Home › Forums › Bulldog Forum: Ottawa, National And International Debate › Should Long-Term Care Management Be Lifted From City?
This topic contains 4 replies, has 2 voices, and was last updated by Fed U/Marre 8 months, 2 weeks ago.
October 3, 2017 at 6:06 PM #737404
The top post in The Bulldog at 6 p.m. Tuesday says the son of a mistreated resident at the Peter D. Clark Centre is calling for top management of long-term-care centres be taken away from the City of Ottawa due to abuse and errors dealing with residents.
His mother has had ‘horrible’ errors in her treatment by PDC staff, the son says.
Should that happen?October 3, 2017 at 11:54 PM #737424
I can tell you with certainty that if I was there and reviewed the staff records, I would have a lot of people from the top on down getting pink slips within a few hours.
Then I’d work my way through the rest (should take a few days).
If I had the power I would also force several resignations from elected ones too.October 4, 2017 at 9:41 AM #737444
The bigger question is what “businesses” should government be in. My starting point is that if the service is offered by private enterprise, then government should not be offering a competing service. Public Private Partnerships (PPP), when executed properly, can be successful. The key is understanding what each party should bring to the table, and making certain that they do not stray from that role. The most frequent failure of a PPP is when the roles are not properly laid out, or respected.
The role for government, in the case of extended care facilities, should be that of regulator. There is and can be a funding element as well. Note that both of these elements are at the provincial level, as health care is a provincial responsibility. The city, while a proxy for the province, has no need to trouble itself in either role. The operator is responsible for the safe, healthy operation of the home, including hiring, training, supervising and, if necessary terminating the employment of its employees. The operator is responsible for ensuring that all government regulations are met, and preferably exceeded. The operator will be very concerned about negative publicity, as most operate a significant number of facilities, and there is an element of competition in attracting residents. Some of these operators are publicly listed companies, and the senior management team will be very sensitive to negative publicity, as it affects share prices. The private operator is not burdened with local political meddling (Chairperson Diane Deans may wish to take note), nor are they burdened with the excessive costs associated with government employees (benefit plans, pensions, vexatious grievance procedures). One of the larger operating costs of an extended care facility is compensation, and when compensation expense is disproportionate to revenues, which are generally fixed by regulation, then there is pressure on the facility manager to limit staffing levels, which in turn leads to additional stress for staff, and possibly poorer quality treatment of the residents.
For those who perceive this as a union bashing effort, please accept my apologies, for that is not my intent. There is a necessary role for unions in the employment framework.
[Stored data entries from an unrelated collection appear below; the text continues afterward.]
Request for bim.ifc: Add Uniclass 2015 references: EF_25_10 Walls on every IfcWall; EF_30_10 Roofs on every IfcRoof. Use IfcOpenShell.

First a look at what the model holds.

```python
import ifcopenshell

model = ifcopenshell.open("bim.ifc")
print(model.schema)
print("classifications:", [c.Name for c in model.by_type("IfcClassification")])
for ifc_class in ("IfcDoor", "IfcRoof", "IfcStair", "IfcWall", "IfcWindow"):
    print(ifc_class, len(model.by_type(ifc_class)))
```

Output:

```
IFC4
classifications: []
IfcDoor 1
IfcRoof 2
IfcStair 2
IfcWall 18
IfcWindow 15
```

```python
import ifcopenshell
import ifcopenshell.api.classification

model = ifcopenshell.open("bim.ifc")

system = ifcopenshell.api.classification.add_classification(model, classification="Uniclass 2015")

codes = {
    "IfcWall": ("EF_25_10", "Walls"),
    "IfcRoof": ("EF_30_10", "Roofs"),
}
for ifc_class, (code, name) in codes.items():
    products = model.by_type(ifc_class)
    ifcopenshell.api.classification.add_reference(
        model, products=products, classification=system, identification=code, name=name
    )
    print(code, len(products))

model.write("bim_rev.ifc")
```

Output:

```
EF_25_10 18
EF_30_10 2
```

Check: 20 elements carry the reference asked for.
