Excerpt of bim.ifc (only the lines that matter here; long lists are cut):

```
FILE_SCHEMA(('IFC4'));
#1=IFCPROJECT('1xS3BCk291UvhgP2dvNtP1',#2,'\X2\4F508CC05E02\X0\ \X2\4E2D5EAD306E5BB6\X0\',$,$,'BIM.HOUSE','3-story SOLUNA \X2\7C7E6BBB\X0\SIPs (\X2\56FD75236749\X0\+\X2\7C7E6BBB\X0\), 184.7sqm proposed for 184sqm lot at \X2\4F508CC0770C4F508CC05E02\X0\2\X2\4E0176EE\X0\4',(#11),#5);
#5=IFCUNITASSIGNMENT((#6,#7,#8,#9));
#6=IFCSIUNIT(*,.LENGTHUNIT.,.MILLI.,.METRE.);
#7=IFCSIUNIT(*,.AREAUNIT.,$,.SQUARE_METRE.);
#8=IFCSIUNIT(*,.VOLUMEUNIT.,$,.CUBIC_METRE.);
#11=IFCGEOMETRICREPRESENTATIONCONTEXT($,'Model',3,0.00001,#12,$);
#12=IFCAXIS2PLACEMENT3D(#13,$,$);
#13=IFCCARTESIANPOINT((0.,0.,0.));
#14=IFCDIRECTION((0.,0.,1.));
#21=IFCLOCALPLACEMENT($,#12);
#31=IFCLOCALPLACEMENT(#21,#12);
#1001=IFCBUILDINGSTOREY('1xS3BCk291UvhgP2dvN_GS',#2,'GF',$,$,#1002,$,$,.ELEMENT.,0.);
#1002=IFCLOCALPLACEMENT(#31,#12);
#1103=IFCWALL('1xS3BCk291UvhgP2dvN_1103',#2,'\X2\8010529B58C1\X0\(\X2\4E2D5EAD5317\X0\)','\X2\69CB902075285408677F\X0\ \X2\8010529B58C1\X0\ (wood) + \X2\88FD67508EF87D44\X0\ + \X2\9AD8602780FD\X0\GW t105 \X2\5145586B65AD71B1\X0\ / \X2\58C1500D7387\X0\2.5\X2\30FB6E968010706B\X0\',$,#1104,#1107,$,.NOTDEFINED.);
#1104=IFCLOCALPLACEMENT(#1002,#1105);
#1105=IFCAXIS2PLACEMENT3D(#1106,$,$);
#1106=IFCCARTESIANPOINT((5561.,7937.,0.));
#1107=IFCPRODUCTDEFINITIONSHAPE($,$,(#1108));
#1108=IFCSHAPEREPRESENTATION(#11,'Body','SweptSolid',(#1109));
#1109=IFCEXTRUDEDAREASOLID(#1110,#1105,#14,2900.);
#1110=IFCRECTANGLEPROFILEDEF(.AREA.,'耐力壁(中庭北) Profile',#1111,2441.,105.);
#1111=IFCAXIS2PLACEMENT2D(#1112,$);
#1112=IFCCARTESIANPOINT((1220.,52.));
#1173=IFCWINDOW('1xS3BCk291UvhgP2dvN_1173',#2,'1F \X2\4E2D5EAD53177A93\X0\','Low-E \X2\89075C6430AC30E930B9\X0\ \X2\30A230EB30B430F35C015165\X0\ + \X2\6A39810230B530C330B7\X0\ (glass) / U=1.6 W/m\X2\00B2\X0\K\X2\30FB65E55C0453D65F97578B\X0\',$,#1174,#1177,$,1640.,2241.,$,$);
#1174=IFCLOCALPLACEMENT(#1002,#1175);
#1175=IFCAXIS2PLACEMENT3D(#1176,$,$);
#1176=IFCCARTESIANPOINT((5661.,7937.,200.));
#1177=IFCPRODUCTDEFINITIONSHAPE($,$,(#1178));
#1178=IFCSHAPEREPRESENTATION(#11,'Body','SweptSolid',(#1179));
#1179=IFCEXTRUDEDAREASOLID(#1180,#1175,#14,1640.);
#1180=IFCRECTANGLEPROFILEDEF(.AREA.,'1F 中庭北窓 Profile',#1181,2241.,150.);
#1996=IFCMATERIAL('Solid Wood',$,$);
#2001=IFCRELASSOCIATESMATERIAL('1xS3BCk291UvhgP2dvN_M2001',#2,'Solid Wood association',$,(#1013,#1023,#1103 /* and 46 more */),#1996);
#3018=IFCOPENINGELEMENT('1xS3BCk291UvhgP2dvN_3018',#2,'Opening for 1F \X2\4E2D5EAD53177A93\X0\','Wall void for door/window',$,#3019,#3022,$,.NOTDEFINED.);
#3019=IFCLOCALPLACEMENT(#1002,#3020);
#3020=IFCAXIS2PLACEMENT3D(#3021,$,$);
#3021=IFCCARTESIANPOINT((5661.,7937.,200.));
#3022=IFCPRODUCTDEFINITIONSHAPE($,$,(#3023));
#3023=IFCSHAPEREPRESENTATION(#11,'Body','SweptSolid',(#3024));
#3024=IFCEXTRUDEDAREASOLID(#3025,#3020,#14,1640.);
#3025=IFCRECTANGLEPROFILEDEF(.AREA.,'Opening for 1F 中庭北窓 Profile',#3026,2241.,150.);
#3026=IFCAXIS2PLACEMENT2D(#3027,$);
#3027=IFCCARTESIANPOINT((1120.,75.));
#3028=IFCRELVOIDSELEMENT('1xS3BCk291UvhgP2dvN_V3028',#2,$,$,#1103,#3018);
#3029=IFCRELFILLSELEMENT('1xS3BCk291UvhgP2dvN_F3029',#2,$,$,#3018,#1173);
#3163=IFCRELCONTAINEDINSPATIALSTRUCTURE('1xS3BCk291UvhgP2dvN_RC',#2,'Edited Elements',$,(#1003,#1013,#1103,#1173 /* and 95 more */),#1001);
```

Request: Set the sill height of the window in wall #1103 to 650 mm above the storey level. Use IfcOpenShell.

```python
import numpy as np
import ifcopenshell
import ifcopenshell.api.geometry
import ifcopenshell.geom
import ifcopenshell.util.element
import ifcopenshell.util.placement
import ifcopenshell.util.shape
import ifcopenshell.util.unit

model = ifcopenshell.open("bim.ifc")
unit_scale = ifcopenshell.util.unit.calculate_unit_scale(model)

window = model.by_guid("1xS3BCk291UvhgP2dvN_1173")
opening = window.FillsVoids[0].RelatingOpeningElement
storey = ifcopenshell.util.element.get_container(window, ifc_class="IfcBuildingStorey")
level = ifcopenshell.util.placement.get_local_placement(storey.ObjectPlacement)[2, 3]

# The opening's origin need not be at the sill, so measure its lowest point.
shape = ifcopenshell.geom.create_shape(ifcopenshell.geom.settings(), opening)
bottom = ifcopenshell.util.shape.get_shape_bottom_elevation(shape, shape.geometry) / unit_scale
dz = level + 650.0 - bottom

shift = np.array([0.0, 0.0, dz])
# The window is not placed relative to its opening, so move both.
for product in (opening, window):
    matrix = ifcopenshell.util.placement.get_local_placement(product.ObjectPlacement)
    matrix[:3, 3] += shift
    ifcopenshell.api.geometry.edit_object_placement(model, product=product, matrix=matrix, is_si=False)

print(f"moved by {dz * unit_scale:+.3f} m")

model.write("bim_rev.ifc")
```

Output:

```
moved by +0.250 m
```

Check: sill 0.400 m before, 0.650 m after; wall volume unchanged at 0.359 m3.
The challenge arises when the private sector is not unionized but the public sector is, and the two overlap in a competitive environment, especially where the government is both the regulator and the competitor.
An excellent local example of a successful PPP arrangement is the Sensplex recreational facilities. The priviate partner designs, builds, and operates the facility. The city agrees to rent a large block of ice time, most if not all of which is prime time, thus setting the minimum revenue floor, which the private partner leverages when negotiating their long term debt financing. The city then allocates, in return for cash, the ice time to local minor hockey associations, to support the city’s policy of encouraging recreational activity. The private partner is responsible for hiring, training, and supervising staff, once again at market labour rates, rather than those imposed on it by a government union. My observation has been that the quality of the ice at the SensPlex facilities is far and away superior to the ice in the city owned facilities. The Zamboni driver has been trained on how to turn the spigot a 90 degrees as he/she approaches the end of the rink, so as not to put down 5 or 6 layers of water in front of the net, and there is a supervisor making the rounds from time to time to observe that the ice is being cleaned and flooded properly. Along the same vein, dressing rooms are cleaned immediately after use, not as and when staff feel like it. Food and beverage offerings are also far superior at the SensPlexes, and there is a tuck shop if a player needs a roll of tape, or their skates sharpened, or a helmet repair kit. Shop hours tend to mimic the usage schedule, not that prescribed by the union contract. If you have any concerns, there is generally an onsite manager, who will listen to you, and join you on a visit to the area of concern. Try finding anyone in a position of authority during facility hours, as contrasted with city office hours, at a city owned hockey rink.October 4, 2017 at 11:48 AM #737449
ChazOctober 5, 2017 at 3:15 AM #737494
Over a decade ago, visited numerous nursing homes in Ottawa on behalf of a parent.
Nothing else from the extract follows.